**RECORDS FOR THE EXERCISE:**
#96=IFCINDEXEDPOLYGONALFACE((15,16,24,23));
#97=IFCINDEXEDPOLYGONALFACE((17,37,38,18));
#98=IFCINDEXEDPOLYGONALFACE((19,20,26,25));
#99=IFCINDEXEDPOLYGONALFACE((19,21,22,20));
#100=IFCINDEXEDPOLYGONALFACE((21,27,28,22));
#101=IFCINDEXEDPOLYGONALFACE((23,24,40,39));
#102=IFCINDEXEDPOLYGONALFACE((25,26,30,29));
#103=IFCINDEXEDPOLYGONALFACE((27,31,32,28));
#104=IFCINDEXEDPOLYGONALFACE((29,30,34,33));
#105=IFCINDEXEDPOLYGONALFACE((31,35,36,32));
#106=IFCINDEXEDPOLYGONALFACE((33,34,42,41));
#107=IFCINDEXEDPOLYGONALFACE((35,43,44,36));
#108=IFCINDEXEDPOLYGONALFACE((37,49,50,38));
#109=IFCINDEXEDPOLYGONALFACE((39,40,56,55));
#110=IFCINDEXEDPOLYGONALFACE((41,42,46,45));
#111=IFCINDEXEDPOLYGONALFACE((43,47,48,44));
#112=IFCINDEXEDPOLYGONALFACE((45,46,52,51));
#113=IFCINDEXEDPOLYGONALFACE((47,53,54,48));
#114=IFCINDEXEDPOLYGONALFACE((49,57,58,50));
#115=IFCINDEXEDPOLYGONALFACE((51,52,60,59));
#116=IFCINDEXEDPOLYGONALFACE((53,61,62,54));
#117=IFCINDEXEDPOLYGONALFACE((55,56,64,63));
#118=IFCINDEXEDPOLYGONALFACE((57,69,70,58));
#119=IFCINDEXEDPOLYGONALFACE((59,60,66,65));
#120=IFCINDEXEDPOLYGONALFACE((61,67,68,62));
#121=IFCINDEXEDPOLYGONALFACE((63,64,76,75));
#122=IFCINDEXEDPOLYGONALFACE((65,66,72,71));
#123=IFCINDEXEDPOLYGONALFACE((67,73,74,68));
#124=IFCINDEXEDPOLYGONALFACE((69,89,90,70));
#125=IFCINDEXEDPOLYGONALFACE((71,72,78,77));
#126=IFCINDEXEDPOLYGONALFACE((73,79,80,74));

**TASK GOAL:**
Return the entries above unchanged, starting at the first line and stopping after the line with "#111=IFCINDEXEDPOLYGONALFACE((43,47,48,44));".

**SOLUTION TO THE PROBLEM:**
#96=IFCINDEXEDPOLYGONALFACE((15,16,24,23));
#97=IFCINDEXEDPOLYGONALFACE((17,37,38,18));
#98=IFCINDEXEDPOLYGONALFACE((19,20,26,25));
#99=IFCINDEXEDPOLYGONALFACE((19,21,22,20));
#100=IFCINDEXEDPOLYGONALFACE((21,27,28,22));
#101=IFCINDEXEDPOLYGONALFACE((23,24,40,39));
#102=IFCINDEXEDPOLYGONALFACE((25,26,30,29));
#103=IFCINDEXEDPOLYGONALFACE((27,31,32,28));
#104=IFCINDEXEDPOLYGONALFACE((29,30,34,33));
#105=IFCINDEXEDPOLYGONALFACE((31,35,36,32));
#106=IFCINDEXEDPOLYGONALFACE((33,34,42,41));
#107=IFCINDEXEDPOLYGONALFACE((35,43,44,36));
#108=IFCINDEXEDPOLYGONALFACE((37,49,50,38));
#109=IFCINDEXEDPOLYGONALFACE((39,40,56,55));
#110=IFCINDEXEDPOLYGONALFACE((41,42,46,45));
#111=IFCINDEXEDPOLYGONALFACE((43,47,48,44));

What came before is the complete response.